§ DIRECTIONS
Scan the records beneath this line for the line holding "#201=IFCINDEXEDPOLYGONALFACE((2,6,8,4));" and the line holding "#206=IFCSHAPEREPRESENTATION(#3,'Body','Tessellation',(#205));", then transcribe exactly those two and all lines between.

§ THE RECORDS

[Start of section]

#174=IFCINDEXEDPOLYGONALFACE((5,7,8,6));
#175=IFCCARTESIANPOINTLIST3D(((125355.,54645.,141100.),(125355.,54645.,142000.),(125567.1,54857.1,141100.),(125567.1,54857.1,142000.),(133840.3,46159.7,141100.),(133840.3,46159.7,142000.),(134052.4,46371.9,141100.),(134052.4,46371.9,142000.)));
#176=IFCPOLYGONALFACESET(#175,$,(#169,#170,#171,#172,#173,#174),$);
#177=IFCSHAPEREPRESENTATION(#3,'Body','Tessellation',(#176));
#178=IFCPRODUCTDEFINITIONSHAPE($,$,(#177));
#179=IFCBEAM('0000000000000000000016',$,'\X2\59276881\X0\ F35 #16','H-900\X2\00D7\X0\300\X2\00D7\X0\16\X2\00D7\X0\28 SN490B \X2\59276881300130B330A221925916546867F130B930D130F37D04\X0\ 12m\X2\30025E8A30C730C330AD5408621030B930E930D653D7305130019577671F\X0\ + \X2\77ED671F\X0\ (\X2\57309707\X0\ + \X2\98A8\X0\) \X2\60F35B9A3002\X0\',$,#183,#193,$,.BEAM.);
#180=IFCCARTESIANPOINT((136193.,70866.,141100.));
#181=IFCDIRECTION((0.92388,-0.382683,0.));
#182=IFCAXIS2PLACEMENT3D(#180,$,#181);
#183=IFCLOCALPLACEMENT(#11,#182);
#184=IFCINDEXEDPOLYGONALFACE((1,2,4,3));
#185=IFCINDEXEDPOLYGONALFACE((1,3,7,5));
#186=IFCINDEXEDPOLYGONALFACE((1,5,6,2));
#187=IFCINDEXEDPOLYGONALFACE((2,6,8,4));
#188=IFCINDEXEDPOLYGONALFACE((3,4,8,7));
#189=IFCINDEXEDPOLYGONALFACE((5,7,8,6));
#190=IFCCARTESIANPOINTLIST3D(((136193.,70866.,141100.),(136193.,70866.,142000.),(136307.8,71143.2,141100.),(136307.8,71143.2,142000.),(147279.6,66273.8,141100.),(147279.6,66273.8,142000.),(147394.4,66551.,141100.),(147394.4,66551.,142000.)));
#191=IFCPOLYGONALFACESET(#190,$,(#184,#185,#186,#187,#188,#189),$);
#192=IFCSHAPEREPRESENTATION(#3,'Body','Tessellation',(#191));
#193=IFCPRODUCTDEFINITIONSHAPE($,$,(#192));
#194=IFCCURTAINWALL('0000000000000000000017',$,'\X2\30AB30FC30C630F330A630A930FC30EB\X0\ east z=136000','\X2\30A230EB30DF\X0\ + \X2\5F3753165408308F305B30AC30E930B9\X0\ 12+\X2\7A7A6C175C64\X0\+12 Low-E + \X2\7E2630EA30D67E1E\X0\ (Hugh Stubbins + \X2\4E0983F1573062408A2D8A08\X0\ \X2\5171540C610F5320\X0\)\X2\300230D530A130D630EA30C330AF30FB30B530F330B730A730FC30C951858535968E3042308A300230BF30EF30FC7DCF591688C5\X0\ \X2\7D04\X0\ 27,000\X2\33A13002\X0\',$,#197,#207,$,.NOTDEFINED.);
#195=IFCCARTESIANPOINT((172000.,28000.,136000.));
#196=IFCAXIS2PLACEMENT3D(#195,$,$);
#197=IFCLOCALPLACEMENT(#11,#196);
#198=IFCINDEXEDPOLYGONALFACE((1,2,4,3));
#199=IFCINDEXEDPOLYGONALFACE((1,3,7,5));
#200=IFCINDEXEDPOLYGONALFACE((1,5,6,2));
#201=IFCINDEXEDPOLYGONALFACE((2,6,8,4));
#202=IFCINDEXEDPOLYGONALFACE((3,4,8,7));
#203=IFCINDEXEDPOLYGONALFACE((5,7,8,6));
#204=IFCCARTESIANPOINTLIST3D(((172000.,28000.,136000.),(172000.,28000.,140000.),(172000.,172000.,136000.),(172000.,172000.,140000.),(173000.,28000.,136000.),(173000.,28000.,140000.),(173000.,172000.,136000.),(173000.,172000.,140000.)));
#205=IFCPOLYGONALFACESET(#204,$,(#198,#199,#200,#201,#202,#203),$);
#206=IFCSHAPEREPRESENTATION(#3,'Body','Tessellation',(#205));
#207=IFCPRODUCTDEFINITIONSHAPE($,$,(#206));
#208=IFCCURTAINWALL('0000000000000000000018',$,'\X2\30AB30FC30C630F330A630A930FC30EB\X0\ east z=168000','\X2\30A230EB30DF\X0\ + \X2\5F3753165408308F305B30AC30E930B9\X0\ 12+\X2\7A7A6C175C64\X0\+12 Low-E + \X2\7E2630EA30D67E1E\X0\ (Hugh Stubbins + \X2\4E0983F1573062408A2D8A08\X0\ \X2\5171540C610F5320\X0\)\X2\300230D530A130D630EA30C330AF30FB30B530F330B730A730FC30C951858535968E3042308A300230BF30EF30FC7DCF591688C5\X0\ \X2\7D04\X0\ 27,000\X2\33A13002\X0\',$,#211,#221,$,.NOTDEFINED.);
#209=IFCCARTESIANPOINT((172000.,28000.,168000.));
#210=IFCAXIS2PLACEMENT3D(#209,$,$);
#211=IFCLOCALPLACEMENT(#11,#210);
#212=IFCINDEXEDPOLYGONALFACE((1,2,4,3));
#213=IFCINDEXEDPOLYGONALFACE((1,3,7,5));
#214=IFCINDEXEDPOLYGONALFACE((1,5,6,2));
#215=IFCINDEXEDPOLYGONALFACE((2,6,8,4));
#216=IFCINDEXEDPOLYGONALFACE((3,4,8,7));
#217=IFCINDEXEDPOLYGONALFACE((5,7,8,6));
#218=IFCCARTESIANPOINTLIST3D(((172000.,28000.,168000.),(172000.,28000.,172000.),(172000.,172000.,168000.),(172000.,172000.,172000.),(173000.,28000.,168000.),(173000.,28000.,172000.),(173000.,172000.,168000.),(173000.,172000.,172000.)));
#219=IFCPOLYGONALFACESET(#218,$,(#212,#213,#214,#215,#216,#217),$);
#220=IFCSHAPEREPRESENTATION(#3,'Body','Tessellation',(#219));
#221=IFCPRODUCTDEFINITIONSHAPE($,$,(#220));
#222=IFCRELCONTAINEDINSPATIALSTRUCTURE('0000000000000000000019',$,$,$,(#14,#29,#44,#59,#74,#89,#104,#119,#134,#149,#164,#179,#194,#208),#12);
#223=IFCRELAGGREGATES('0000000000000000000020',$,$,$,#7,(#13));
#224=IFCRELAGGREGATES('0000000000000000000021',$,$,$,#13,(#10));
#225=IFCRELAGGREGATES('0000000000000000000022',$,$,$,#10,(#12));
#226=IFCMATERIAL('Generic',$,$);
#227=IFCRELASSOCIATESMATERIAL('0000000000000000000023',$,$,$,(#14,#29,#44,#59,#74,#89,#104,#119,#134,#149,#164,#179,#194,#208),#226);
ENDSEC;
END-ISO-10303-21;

[End of section]

§ OUTPUT OF THE EXERCISE
#201=IFCINDEXEDPOLYGONALFACE((2,6,8,4));
#202=IFCINDEXEDPOLYGONALFACE((3,4,8,7));
#203=IFCINDEXEDPOLYGONALFACE((5,7,8,6));
#204=IFCCARTESIANPOINTLIST3D(((172000.,28000.,136000.),(172000.,28000.,140000.),(172000.,172000.,136000.),(172000.,172000.,140000.),(173000.,28000.,136000.),(173000.,28000.,140000.),(173000.,172000.,136000.),(173000.,172000.,140000.)));
#205=IFCPOLYGONALFACESET(#204,$,(#198,#199,#200,#201,#202,#203),$);
#206=IFCSHAPEREPRESENTATION(#3,'Body','Tessellation',(#205));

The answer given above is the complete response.